5. Writ of quo warranto for the Reserve Bank and DoC (DEC's successor) on notice for its obligations as detailed in Section 8.5 of the Corporate Law Act to establish their authority to "compensate any losses by shareholders or the holders of any other security."
II. FACTS
1. The defendant was audited for misinformation of their stock following a settlement agreement between the defendant and Onyx. The plaintiff’s CEO, Nacholebraa informed the defendant of this. Their stock was frozen
2. Tello failed the audit. Despite providing information to the plaintiff, it was insufficient to clear the issue.
3. Tello made a support ticket, the issue still went unresolved.
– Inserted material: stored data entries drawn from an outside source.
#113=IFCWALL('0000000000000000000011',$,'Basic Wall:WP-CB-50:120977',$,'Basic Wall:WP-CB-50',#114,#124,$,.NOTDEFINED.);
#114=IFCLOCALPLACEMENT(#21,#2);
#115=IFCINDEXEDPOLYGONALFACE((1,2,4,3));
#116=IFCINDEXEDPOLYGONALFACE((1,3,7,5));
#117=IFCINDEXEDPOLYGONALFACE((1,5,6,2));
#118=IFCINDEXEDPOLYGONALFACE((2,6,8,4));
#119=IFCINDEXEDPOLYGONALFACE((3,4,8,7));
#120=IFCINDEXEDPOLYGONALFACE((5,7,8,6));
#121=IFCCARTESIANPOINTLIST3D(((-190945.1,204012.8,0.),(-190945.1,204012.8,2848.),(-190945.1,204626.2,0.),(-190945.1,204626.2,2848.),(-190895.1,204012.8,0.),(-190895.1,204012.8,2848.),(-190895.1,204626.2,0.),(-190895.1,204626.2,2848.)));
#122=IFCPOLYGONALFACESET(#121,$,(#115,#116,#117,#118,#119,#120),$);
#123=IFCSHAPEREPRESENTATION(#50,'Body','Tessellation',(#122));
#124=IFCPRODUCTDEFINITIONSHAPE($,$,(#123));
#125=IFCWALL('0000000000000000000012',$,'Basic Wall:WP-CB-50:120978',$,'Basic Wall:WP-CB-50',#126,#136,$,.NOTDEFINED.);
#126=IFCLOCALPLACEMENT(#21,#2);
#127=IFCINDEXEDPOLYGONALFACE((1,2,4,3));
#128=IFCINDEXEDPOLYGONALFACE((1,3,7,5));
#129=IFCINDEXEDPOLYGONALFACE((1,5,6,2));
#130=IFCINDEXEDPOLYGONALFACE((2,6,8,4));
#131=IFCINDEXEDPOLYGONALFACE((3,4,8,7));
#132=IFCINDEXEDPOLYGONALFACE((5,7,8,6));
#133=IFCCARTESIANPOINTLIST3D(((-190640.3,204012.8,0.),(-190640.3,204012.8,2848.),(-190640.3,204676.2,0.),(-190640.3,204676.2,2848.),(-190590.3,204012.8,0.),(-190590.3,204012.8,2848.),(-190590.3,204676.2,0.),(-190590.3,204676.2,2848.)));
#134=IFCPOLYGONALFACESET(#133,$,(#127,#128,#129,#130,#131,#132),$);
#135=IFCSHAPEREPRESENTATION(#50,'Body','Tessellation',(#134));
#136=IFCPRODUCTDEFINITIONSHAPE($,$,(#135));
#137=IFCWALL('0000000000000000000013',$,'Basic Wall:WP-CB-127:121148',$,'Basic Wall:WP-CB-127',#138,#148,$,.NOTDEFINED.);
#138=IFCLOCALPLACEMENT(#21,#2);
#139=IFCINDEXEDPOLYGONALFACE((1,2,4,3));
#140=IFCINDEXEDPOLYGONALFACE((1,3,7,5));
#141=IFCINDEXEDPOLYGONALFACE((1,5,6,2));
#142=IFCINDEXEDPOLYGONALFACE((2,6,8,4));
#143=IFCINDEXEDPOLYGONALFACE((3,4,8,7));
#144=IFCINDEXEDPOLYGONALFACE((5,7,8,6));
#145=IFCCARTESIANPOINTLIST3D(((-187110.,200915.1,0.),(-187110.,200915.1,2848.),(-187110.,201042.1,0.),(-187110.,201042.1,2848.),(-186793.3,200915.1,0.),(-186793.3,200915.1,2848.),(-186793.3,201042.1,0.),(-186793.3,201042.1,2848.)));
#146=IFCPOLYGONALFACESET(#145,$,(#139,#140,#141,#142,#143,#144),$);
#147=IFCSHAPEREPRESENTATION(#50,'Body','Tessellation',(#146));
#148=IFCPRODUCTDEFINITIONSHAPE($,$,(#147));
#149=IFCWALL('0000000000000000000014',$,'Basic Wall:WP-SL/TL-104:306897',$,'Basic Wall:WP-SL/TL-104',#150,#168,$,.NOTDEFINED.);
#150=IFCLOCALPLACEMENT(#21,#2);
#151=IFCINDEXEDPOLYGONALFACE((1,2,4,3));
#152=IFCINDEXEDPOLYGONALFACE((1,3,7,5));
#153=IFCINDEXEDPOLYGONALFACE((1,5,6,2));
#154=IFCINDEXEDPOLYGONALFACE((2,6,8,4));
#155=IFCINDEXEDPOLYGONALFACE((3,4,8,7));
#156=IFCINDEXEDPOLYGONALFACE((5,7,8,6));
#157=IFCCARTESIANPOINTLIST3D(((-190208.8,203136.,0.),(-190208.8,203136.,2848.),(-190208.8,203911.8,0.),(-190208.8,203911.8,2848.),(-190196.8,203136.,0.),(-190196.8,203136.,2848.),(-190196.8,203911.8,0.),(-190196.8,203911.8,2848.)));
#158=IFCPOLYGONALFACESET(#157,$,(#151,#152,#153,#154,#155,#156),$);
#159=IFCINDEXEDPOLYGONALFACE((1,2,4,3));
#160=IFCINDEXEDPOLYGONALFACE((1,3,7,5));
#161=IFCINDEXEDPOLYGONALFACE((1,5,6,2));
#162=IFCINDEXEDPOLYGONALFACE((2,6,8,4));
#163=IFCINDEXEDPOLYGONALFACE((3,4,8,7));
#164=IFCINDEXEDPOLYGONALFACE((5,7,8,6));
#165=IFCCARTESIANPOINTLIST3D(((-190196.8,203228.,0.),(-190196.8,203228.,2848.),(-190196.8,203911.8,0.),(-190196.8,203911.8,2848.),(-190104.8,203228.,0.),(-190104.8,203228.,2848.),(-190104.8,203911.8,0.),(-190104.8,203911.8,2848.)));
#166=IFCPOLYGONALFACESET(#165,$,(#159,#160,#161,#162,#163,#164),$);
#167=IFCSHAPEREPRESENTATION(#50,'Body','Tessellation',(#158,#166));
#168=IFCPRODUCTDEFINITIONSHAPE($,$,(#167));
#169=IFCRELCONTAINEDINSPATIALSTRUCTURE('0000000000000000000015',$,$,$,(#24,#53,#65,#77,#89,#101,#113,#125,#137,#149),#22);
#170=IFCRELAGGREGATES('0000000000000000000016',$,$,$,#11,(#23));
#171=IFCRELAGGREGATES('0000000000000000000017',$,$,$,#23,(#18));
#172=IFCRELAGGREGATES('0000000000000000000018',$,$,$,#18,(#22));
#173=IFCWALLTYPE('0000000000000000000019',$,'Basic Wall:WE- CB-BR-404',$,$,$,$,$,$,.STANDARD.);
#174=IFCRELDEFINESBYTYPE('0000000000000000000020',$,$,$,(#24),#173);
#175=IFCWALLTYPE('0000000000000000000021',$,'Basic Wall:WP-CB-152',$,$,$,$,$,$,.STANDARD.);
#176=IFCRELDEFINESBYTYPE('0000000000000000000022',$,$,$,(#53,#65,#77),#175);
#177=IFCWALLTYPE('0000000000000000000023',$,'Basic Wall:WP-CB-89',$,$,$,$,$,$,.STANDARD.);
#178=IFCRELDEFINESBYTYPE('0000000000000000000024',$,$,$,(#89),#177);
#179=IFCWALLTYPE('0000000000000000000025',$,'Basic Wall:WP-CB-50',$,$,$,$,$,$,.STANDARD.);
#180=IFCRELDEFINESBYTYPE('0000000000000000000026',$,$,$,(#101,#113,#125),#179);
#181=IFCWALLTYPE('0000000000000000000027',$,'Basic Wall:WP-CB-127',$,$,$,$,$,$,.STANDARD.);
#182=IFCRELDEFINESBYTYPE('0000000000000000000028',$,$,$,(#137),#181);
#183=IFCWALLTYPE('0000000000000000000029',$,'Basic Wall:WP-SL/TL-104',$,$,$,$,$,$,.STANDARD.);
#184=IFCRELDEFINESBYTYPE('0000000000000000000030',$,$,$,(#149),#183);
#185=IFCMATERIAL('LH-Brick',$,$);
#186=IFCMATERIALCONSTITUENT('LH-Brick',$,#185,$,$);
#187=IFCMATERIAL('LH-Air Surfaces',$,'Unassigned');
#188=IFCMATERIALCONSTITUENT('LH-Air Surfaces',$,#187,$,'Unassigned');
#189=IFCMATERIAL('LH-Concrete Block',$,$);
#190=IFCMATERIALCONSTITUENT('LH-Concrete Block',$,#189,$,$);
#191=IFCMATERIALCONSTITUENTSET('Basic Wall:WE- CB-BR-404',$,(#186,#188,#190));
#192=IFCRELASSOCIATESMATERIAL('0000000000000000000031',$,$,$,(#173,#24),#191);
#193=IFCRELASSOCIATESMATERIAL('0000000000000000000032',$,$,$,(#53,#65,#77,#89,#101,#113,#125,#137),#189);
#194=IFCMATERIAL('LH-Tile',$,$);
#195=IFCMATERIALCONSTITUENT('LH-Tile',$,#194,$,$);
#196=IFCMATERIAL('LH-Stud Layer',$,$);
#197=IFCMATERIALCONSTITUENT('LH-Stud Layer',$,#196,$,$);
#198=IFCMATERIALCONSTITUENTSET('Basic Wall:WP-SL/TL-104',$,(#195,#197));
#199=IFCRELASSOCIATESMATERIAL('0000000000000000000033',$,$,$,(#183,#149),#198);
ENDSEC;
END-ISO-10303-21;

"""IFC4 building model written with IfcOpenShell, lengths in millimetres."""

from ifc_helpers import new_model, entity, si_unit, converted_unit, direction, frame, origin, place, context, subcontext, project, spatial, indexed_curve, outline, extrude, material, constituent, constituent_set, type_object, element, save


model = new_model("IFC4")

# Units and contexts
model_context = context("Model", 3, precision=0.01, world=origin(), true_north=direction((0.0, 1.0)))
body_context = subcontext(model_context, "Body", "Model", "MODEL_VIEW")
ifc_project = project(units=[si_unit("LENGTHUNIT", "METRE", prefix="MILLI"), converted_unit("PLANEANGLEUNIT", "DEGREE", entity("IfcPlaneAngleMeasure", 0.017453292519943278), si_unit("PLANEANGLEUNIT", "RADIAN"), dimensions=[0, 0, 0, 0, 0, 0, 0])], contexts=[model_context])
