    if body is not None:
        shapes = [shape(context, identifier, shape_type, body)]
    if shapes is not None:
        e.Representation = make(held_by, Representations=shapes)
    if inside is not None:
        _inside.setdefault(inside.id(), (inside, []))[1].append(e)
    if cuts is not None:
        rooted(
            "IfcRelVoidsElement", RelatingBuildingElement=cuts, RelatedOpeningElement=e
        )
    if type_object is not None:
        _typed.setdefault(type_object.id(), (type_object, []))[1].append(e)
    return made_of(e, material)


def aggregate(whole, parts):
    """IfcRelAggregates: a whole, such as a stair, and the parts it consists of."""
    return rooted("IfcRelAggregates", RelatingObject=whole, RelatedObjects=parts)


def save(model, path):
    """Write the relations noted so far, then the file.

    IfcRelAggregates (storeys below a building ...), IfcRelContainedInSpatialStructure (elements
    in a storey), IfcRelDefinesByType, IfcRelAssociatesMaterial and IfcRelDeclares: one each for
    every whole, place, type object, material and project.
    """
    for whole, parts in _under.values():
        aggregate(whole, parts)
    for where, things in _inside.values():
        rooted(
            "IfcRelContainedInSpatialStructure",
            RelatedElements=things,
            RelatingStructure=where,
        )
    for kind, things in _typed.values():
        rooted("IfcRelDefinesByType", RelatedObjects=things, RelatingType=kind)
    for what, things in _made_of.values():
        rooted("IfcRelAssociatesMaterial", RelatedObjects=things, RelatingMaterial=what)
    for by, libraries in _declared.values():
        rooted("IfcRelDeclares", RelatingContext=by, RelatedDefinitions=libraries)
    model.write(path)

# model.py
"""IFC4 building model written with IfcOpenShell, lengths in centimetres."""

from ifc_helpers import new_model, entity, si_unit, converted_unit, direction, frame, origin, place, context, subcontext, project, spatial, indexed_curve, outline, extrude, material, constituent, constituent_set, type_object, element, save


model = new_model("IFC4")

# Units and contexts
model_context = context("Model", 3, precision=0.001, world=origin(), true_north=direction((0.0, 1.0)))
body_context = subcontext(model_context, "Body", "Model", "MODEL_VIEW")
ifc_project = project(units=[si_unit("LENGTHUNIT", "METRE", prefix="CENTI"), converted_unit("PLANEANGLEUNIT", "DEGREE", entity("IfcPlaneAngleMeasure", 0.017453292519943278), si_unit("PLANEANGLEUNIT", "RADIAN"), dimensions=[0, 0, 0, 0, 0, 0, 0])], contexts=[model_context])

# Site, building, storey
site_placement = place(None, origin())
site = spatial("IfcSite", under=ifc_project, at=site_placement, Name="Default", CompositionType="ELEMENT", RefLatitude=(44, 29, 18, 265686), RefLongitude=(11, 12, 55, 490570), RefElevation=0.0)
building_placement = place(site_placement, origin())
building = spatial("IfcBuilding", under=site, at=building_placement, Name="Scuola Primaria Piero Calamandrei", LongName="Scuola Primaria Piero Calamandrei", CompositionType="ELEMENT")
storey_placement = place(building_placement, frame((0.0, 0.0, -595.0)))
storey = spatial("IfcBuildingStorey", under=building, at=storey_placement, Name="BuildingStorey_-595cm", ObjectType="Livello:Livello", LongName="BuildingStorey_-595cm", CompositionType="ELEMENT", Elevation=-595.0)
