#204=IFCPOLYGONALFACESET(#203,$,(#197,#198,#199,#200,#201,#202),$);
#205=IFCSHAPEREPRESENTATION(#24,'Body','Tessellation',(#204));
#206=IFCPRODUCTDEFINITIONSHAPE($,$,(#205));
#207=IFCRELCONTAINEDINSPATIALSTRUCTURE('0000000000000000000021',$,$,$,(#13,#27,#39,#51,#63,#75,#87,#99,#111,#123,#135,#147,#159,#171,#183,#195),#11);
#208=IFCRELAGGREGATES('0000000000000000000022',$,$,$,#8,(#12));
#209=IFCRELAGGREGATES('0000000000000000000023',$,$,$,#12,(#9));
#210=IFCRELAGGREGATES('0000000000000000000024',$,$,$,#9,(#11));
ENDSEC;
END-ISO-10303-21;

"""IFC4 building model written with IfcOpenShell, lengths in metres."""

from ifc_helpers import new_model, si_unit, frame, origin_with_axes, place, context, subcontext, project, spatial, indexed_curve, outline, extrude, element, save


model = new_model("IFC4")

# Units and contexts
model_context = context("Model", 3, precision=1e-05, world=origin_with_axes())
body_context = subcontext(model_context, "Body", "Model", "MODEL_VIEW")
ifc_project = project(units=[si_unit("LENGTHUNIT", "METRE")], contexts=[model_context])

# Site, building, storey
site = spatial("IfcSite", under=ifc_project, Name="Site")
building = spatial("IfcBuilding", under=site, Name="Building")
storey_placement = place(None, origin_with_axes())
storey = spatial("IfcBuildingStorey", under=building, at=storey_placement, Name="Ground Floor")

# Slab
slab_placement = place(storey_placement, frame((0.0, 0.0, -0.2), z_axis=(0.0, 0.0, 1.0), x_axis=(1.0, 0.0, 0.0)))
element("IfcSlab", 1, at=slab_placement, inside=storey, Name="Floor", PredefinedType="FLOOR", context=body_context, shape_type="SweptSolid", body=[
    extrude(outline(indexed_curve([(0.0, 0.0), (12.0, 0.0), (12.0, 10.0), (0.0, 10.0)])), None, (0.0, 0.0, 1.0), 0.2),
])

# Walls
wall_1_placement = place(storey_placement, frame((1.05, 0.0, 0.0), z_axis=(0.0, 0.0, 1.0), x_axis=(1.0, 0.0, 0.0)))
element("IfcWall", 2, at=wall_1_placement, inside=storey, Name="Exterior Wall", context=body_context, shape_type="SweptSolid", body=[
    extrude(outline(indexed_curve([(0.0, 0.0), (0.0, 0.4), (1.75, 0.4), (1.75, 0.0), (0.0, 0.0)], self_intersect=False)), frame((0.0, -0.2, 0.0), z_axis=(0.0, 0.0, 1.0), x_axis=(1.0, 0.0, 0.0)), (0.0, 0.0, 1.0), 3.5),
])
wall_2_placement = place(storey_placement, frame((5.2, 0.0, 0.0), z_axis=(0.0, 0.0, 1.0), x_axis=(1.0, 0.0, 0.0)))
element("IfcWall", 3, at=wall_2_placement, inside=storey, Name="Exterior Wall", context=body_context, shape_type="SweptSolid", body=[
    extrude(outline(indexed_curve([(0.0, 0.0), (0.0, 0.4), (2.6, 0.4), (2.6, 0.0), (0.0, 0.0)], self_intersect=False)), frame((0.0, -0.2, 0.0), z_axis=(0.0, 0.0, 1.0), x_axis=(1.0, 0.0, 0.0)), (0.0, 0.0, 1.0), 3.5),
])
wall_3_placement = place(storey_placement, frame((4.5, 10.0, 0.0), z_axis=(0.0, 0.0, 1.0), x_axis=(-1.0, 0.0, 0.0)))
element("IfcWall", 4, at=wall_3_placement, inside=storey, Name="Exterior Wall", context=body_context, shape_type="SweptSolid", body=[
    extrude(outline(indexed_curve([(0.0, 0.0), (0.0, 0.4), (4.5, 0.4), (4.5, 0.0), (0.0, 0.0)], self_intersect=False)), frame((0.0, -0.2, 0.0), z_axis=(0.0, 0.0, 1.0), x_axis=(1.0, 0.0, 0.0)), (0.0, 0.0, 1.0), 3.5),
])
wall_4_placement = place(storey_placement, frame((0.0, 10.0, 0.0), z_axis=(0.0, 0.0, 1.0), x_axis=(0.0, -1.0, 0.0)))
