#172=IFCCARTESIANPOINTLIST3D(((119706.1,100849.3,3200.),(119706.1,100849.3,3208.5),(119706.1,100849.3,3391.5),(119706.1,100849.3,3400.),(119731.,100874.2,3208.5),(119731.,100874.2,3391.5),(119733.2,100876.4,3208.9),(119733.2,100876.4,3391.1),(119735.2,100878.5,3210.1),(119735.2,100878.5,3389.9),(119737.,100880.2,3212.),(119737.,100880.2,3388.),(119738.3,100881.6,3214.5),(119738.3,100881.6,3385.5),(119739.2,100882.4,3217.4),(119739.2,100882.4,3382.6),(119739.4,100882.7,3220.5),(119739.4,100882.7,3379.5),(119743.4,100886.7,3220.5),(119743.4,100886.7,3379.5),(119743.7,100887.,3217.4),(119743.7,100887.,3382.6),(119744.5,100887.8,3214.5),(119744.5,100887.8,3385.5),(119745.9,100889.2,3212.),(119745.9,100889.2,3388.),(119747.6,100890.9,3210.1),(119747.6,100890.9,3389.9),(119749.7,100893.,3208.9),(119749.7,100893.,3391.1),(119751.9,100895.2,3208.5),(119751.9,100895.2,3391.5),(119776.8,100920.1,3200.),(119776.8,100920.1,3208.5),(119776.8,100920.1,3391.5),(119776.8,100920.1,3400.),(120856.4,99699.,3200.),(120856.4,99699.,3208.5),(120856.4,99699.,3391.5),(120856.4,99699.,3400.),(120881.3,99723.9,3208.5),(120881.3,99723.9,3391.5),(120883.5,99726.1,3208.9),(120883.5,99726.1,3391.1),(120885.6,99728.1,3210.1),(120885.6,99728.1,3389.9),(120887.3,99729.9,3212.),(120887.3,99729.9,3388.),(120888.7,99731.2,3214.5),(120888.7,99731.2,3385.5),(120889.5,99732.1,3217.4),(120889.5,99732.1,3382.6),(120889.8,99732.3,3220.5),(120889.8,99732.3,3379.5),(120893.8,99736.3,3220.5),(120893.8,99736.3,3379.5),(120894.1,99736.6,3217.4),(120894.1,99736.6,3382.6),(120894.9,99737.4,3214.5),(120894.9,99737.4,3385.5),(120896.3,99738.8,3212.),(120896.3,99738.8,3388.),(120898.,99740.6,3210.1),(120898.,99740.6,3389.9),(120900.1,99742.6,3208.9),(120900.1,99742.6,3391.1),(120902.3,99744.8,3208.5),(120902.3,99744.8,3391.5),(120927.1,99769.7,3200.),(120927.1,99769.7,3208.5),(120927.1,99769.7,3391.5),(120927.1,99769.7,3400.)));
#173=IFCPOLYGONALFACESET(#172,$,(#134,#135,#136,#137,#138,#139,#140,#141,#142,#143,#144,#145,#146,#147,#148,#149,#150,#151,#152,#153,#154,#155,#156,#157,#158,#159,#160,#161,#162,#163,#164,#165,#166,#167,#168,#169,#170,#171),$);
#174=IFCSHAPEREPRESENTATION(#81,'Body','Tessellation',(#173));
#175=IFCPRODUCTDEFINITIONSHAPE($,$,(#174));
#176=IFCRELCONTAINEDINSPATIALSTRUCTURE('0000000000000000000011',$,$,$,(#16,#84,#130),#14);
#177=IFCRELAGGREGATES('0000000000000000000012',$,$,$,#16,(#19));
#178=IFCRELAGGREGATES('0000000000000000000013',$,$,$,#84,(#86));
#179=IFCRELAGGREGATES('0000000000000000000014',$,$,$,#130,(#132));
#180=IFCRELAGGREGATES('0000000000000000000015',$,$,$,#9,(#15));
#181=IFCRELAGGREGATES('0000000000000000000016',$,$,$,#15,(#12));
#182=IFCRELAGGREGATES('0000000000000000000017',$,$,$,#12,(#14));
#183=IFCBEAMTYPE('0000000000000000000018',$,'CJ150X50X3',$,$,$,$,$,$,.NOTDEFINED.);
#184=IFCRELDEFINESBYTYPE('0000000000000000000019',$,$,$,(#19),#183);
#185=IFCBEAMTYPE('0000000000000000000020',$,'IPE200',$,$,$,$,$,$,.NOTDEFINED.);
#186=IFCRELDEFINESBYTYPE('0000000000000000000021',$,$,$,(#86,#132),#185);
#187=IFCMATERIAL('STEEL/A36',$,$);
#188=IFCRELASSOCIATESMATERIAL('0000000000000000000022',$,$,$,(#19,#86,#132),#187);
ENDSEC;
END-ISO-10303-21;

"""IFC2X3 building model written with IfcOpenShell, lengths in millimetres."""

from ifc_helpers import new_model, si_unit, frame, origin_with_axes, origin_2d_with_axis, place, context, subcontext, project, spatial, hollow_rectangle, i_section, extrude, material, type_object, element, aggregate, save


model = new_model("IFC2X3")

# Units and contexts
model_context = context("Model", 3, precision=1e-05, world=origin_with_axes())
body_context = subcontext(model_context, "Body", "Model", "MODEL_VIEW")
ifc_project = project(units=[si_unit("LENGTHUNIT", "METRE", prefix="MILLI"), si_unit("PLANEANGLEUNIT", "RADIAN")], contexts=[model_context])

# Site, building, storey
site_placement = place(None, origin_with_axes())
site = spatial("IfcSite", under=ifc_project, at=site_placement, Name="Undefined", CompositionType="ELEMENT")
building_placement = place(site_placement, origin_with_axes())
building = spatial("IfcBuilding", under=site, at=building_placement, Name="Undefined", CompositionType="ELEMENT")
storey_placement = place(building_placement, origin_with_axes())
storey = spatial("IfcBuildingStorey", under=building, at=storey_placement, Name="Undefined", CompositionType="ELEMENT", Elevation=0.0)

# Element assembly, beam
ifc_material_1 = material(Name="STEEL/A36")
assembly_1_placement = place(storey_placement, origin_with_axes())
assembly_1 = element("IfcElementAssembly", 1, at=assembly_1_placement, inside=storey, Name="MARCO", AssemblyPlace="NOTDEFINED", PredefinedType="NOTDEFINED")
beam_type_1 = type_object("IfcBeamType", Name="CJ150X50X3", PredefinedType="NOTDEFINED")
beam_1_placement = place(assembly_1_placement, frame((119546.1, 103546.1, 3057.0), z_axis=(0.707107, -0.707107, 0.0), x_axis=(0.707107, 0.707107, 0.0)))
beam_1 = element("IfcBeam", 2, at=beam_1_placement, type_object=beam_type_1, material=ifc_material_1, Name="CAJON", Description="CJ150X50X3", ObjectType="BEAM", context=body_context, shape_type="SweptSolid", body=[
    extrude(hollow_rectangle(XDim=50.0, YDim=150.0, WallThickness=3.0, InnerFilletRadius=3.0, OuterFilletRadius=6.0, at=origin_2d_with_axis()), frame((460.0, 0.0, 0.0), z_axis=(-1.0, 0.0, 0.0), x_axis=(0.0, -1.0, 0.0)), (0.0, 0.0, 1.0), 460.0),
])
4. Tello made a second support ticket, the issue again went unresolved.
5. Tello demanded their shareholder list be accepted in the main ticket.
6. Ongoing pursuant to facts 3, 4, and 5. Tello expanded their stock through a majority vote of their shareholders. However, they began making private deals of their public stock
7. A few days after Tello demanded their shareholder list be held as true, the company announced a notice of bankruptcy and established a contract with their customers to pay debts and asked the DoC to pay depositors.
8. Due to Tello’s demands established in fact 5, the plaintiff hired counsel to handle matters with the defendant.
9. The plaintiff’s counsel wrote a memo and recommended that Tello be delisted as a first option, however, the plaintiff requested that they work with the defendant and chose option #2 to get Tello relisted.
10. The plaintiff’s counsel worked with the defendant on setting out guidelines to try and sort issues by creating a new IPO for the Defendant.
11. The defendant sells itself to the co-defendant.
12. Due to the differences in documentation between the plaintiff and the defendant because of the trade freeze, there is a dispute to the official shareholder list. The plaintiff declares their shareholder list to be the official one.
III. CLAIMS FOR RELIEF
1. Illegal private deals in violation of 3.3 of the Corporate Law and Shareholder Protections Amendment Act.
2. Due to the disputed shareholder list, it is unverified whether or not the company could be legally sold and that the defendant’s sale was in violation of 3.6 of the Corporate Law Act.
3. Due to a disputed shareholder list, it is unverified whether or not the company could legally expand the volume of their stock and that the defendant’s action to do so was in violation of 3.4(c).
4. Failure to properly comply with agreed upon terms with The Exchange
IV. PRAYER FOR RELIEF
The Plaintiff seeks the following from the Defendant:
1. A permanent injunction granting the plaintiff’s request to delist the defendant from their securities exchange per 4.5 of the Corporate Law Act (see the Corporate Law and Shareholder Protections Amendment Act).
2. A permanent injunction declaring all liability for shareholders to be held by the defendant and co-defendant of this case due to illegal private deals of a publicly traded company.
3. A permanent injunction, declaring that the shareholder list held by plaintiff is the official list for the purposes of reimbursing shareholders and determining Tello's decision making process.
4. A writ of mandamus requiring the involvement of the CRB and DoC to stabilize the security market per their obligation laid out in section 8.5 of the Corporate Law Act.
V. Evidence
TE | Terms of Service
TE | Compliance Regulation Enforcement
TE | Press Release 1.0
Tello: Notice of Bankruptcy
Act of Congress - Corporate Law and Shareholder Protections Act
By making this submission, I agree I understand the penalties of lying in court and the fact that I am subject to perjury should I knowingly make a false statement in court.
DATED: This 17th day of January, 2023.